The broadcast encryption scheme according to the present invention exhibits superior performance in terms of ciphertext transmission amount, public key storage amount, and public key size, compared to the conventionally proposed techniques.

Prior to the description of the specific contents of the present invention, for the convenience of understanding, an outline of a solution of the problem to be solved by the present invention is first presented.

The broadcast encryption scheme according to the present invention, like the BGW scheme, seeks a trade-off between the ciphertext transmission and the public key storage. A user group (subset) with the same size of total n (= a * b) users S ₁ ,. Divide by, S _a (each subset has b users), and the number of revoked users in each subset r ₁ ,… , r _a When the minimum number is r ', the encryption scheme according to the present invention has a ciphertext transmission amount of (a + 1) G + rlog ₂ n and a public key storage amount of (b + 1-r'). The larger the number of users established, the smaller the amount of public key storage. Where r is the total number of revoked users in the user group, where r ₁ +… + r _a .

The starting point of the encryption scheme according to the present invention is a private key generation method using BHG Hierarchical Identity Based Encryption (BBG HIBE) of Boneh, Boyen, Goh. In the b-stage BBG HIBE, the key generation algorithm, briefly mentioned, is a private key (d _ID) for ID = I ₁ at depth 1 for any random number r belonging to group Z _p whose prime order is p. ) Is generated as follows.

d _ID = (g ₂ , (g ₃ h ₁ ^I1 ) ^r , g ^r , h ₂ ^r , ..., h _b ^r ).

with the exception of g ₃ , each S ₁ ,. You must add a public key corresponding to, S _a . Next, i = (u-1) b + v is satisfied and {1,… , n} of the user i's private key (d _ID ) (g ₂ (x _u h _v ) ^r , g ^r , h ₁ ^r ,…, h _{v -1} ^r , h _{v +1} ^r ,…, h _b ^r ).

This conversion allows the encryption scheme according to the present invention to handle a total of n (= ab) users.
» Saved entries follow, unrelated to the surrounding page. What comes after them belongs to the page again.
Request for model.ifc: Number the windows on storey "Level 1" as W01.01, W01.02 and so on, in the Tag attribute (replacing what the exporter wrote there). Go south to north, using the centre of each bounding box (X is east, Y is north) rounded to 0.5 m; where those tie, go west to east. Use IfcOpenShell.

First a look at what the model holds.

```python
import ifcopenshell
import ifcopenshell.util.element
import ifcopenshell.util.placement

model = ifcopenshell.open("model.ifc")
print(model.schema)
storey = next(s for s in model.by_type("IfcBuildingStorey") if s.Name == "Level 1")
windows = [e for e in ifcopenshell.util.element.get_decomposition(storey) if e.is_a("IfcWindow")]
for e in sorted(windows, key=lambda e: e.id()):
    origin = ifcopenshell.util.placement.get_local_placement(e.ObjectPlacement)[:3, 3]
    print(e.id(), e.Tag, e.Name, origin.round(2) + 0.0, sep=" | ")
```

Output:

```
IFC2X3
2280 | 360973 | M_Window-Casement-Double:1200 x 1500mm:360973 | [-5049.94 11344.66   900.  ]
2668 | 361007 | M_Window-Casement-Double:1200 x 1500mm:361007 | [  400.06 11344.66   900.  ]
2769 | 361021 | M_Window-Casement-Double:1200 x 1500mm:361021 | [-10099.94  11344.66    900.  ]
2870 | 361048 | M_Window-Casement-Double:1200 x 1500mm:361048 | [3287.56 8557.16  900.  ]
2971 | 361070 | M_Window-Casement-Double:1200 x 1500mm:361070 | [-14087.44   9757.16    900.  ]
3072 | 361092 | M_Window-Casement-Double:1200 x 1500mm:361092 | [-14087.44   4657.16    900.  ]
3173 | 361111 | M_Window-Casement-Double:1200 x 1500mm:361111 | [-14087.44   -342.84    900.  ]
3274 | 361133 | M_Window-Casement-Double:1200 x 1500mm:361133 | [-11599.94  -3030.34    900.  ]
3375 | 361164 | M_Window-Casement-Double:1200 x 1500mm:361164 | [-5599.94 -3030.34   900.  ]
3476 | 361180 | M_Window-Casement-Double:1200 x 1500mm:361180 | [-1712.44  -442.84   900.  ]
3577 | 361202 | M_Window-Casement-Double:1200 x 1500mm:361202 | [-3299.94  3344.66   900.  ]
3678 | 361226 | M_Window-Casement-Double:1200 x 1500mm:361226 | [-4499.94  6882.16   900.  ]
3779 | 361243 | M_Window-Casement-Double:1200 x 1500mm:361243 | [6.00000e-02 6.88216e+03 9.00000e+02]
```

```python
import ifcopenshell
import ifcopenshell.geom
import ifcopenshell.util.element
import ifcopenshell.util.shape

model = ifcopenshell.open("model.ifc")
settings = ifcopenshell.geom.settings()
settings.set("use-world-coords", True)


def centre(element):
    shape = ifcopenshell.geom.create_shape(settings, element)
    return ifcopenshell.util.shape.get_bbox_centroid(shape.geometry)


storey = next(s for s in model.by_type("IfcBuildingStorey") if s.Name == "Level 1")
windows = [e for e in ifcopenshell.util.element.get_decomposition(storey) if e.is_a("IfcWindow")]

# Insertion points can sit at a corner or the storey origin, so sort by the geometry (in metres).
centres = {e: centre(e) for e in windows}
windows.sort(key=lambda e: (round(centres[e][1] / 0.5), centres[e][0]))

for i, e in enumerate(windows, start=1):
    number = f"W01.{i:02d}"
    e.Tag = number
    print(e.id(), number)

model.write("model_v2.ifc")
```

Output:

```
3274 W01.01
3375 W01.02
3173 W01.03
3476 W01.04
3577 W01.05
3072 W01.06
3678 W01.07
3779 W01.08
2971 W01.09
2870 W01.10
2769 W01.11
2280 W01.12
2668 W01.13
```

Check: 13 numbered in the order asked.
Under the assumption of Bilinear Diffie-Hellman Exponent (BDHE), the security of the encryption scheme according to the present invention can be demonstrated.
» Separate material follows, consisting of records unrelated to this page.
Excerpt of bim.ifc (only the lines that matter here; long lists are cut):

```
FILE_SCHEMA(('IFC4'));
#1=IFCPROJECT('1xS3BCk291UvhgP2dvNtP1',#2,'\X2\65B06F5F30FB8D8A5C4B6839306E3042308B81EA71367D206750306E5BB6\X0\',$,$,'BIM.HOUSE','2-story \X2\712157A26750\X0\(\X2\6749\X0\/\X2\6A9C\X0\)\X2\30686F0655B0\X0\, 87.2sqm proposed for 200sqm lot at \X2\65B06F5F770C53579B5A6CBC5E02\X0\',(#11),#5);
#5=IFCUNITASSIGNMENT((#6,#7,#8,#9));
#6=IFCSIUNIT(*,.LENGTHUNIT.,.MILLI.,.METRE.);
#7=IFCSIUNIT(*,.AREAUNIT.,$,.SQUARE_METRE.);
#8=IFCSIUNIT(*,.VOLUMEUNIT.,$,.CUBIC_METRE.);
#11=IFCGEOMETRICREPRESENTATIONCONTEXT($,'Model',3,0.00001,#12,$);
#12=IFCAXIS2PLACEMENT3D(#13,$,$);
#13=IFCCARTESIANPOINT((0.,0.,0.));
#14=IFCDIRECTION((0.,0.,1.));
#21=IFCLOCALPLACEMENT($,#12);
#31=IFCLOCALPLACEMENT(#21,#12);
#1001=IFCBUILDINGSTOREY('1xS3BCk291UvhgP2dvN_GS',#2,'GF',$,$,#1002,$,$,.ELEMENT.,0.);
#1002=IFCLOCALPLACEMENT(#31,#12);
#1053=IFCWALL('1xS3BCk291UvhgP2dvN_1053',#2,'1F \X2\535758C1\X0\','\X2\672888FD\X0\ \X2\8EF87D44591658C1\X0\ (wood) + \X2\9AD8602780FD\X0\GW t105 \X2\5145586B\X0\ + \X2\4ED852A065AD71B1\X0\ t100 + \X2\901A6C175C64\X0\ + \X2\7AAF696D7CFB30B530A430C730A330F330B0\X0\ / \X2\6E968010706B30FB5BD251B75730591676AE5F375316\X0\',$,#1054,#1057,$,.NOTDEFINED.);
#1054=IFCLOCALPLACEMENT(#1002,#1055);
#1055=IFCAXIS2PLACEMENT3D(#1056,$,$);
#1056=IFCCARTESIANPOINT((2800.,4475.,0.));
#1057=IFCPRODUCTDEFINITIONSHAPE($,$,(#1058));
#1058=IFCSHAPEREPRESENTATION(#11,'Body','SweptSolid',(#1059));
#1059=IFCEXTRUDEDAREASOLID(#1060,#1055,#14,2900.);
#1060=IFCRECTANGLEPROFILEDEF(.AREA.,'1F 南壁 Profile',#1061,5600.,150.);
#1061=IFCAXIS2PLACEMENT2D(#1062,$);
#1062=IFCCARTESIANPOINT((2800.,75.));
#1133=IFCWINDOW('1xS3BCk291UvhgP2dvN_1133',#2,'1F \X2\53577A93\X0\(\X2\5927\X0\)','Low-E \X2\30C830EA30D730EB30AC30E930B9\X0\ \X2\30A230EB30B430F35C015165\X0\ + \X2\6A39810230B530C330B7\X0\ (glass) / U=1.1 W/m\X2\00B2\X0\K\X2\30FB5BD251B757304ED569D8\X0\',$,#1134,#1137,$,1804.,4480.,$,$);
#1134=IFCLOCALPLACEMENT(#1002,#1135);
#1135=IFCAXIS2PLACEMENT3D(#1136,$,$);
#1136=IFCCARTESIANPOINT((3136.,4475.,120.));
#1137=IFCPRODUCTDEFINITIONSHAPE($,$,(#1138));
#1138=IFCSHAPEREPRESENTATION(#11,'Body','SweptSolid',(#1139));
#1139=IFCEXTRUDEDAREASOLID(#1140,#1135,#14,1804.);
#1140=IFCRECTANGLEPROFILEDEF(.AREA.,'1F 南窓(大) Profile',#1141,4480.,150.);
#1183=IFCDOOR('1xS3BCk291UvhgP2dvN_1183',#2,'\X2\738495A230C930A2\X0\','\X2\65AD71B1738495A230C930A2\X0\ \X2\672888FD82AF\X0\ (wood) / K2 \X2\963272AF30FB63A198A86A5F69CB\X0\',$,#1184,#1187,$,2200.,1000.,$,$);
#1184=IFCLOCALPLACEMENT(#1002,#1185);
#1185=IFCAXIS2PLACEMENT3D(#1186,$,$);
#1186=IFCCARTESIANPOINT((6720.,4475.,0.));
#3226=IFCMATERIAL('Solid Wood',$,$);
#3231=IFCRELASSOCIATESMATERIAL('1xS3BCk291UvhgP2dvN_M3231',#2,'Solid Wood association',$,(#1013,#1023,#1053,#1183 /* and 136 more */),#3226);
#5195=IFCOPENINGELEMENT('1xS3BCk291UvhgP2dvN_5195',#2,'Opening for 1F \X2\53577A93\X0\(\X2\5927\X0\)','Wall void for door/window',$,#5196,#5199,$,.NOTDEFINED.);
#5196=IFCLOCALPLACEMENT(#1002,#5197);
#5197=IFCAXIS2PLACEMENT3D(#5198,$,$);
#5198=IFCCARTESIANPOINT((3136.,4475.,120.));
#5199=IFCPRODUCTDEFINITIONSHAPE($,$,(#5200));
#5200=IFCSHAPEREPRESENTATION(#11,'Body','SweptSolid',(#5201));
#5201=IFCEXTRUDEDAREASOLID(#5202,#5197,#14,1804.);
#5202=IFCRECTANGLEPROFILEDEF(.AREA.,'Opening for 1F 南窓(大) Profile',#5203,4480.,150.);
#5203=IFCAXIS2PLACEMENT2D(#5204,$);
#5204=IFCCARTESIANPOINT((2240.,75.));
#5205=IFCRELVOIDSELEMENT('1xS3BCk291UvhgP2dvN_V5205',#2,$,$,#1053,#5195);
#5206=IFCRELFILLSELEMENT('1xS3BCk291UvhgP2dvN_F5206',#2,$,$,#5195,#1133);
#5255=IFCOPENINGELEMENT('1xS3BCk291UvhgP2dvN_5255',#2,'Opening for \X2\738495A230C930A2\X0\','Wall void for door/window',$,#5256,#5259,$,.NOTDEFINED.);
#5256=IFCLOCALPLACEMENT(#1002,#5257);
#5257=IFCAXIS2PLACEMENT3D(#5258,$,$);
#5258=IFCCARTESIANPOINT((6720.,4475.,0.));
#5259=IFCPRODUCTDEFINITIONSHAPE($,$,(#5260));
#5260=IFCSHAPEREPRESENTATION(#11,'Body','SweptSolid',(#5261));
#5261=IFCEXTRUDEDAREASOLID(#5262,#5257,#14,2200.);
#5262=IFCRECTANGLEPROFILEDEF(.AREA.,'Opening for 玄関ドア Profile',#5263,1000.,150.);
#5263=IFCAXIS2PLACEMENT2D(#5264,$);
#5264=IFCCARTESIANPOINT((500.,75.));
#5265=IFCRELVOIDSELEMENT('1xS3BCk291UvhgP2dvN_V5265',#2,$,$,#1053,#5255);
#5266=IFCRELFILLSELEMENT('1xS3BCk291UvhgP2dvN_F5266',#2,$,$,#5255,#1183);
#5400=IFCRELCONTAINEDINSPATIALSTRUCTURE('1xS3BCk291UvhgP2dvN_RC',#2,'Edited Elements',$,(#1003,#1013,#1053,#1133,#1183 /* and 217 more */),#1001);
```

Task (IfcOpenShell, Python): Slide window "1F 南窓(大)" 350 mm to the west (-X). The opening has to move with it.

```python
import ifcopenshell
import ifcopenshell.api.geometry
import ifcopenshell.util.placement
import ifcopenshell.util.unit

model = ifcopenshell.open("bim.ifc")
unit_scale = ifcopenshell.util.unit.calculate_unit_scale(model)

window = model.by_id(1133)
opening = window.FillsVoids[0].RelatingOpeningElement
wall = opening.VoidsElements[0].RelatingBuildingElement

wall_matrix = ifcopenshell.util.placement.get_local_placement(wall.ObjectPlacement)
shift = wall_matrix[:3, 0] * -0.35 / unit_scale
before = ifcopenshell.util.placement.get_local_placement(window.ObjectPlacement)[:3, 3].copy()

# The window is not placed relative to its opening, so move both.
for product in (opening, window):
    matrix = ifcopenshell.util.placement.get_local_placement(product.ObjectPlacement)
    matrix[:3, 3] += shift
    ifcopenshell.api.geometry.edit_object_placement(model, product=product, matrix=matrix, is_si=False)

after = ifcopenshell.util.placement.get_local_placement(window.ObjectPlacement)[:3, 3]
print("window moved by", (after - before).round(3) + 0.0)

model.write("bim_updated.ifc")
```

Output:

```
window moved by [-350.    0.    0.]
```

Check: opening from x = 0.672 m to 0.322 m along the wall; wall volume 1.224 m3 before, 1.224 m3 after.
Hereinafter, the configuration of the invention for clarifying the solution of the technical problem of the present invention will be described in detail with reference to the accompanying drawings based on the preferred embodiment of the present invention, the same configuration in the reference numerals to the components of the drawings The elements have been given the same reference numerals even though they are in different drawings, and it is noted that in the description of the drawings, components of other drawings may be cited if necessary.
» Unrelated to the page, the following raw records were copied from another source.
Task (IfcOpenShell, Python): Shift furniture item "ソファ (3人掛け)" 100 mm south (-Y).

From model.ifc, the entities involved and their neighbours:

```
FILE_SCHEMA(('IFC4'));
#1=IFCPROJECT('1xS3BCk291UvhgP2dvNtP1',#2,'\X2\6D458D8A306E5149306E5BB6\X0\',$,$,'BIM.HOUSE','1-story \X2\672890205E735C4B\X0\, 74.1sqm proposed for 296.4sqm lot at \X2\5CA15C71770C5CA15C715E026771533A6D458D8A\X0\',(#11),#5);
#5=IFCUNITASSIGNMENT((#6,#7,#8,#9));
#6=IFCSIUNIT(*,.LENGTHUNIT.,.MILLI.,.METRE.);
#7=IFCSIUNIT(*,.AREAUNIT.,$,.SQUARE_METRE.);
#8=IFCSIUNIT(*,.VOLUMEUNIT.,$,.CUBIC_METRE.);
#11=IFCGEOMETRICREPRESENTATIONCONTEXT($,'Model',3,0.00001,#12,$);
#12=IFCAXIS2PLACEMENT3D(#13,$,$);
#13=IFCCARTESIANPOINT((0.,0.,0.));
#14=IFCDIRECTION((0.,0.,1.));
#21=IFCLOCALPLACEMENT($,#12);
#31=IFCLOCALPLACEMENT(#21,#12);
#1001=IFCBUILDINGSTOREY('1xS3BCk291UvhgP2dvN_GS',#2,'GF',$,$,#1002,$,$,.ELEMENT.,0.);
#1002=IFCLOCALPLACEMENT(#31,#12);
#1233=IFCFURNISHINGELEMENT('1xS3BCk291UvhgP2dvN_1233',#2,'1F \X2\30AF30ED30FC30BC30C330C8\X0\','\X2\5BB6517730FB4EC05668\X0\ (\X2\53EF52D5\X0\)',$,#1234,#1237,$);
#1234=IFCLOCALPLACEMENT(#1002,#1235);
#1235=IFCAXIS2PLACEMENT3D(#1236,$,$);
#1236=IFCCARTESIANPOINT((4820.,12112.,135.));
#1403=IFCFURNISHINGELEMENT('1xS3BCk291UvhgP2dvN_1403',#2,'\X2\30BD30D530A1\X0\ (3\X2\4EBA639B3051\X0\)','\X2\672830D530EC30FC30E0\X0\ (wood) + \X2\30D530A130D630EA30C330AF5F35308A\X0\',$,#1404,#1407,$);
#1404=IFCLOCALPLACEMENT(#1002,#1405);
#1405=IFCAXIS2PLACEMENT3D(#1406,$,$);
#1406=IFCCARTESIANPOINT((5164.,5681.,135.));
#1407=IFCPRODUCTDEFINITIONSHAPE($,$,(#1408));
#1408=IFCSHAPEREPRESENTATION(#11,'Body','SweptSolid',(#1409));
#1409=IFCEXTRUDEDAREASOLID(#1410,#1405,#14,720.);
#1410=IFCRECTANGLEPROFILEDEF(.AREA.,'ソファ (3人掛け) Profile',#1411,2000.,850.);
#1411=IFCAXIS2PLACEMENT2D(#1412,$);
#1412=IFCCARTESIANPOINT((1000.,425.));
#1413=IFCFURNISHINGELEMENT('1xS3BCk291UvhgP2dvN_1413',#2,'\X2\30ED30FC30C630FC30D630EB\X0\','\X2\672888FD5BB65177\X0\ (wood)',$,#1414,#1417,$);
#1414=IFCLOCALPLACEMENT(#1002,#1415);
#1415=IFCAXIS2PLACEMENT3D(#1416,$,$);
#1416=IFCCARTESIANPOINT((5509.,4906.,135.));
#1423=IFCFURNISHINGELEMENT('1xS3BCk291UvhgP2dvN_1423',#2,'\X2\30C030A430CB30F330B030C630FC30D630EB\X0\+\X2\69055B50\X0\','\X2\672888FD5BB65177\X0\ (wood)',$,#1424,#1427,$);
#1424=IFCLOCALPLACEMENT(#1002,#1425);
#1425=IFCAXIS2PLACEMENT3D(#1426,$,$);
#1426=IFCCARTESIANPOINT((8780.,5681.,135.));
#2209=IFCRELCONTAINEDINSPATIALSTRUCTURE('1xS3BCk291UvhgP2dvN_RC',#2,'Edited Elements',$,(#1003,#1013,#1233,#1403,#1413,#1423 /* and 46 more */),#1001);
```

```python
import ifcopenshell
import ifcopenshell.api.geometry
import ifcopenshell.util.placement
import ifcopenshell.util.unit

model = ifcopenshell.open("model.ifc")
unit_scale = ifcopenshell.util.unit.calculate_unit_scale(model)

item = model.by_guid("1xS3BCk291UvhgP2dvN_1403")
matrix = ifcopenshell.util.placement.get_local_placement(item.ObjectPlacement)
matrix[1, 3] -= 0.1 / unit_scale
ifcopenshell.api.geometry.edit_object_placement(model, product=item, matrix=matrix, is_si=False)

print(ifcopenshell.util.placement.get_local_placement(item.ObjectPlacement).round(3) + 0.0)

model.write("model_edited.ifc")
```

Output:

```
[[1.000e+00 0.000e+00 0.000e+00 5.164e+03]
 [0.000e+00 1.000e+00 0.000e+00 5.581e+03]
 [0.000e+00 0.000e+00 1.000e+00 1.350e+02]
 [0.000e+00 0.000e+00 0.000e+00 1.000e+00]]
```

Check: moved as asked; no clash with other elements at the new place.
First, notations used for explanation of the present invention are defined as follows.

G: Multiplication cycle group with rank p.

G _T : Multiplication cycle group with rank p.

e (,): Pairing function defined in group G.

Z _p : A group with rank p.

g: generator of group G.

α: Used to generate a user's secret key with a random number chosen from group Z _p ^* .

h: Used to generate public, secret and encryption keys with random numbers selected from G group.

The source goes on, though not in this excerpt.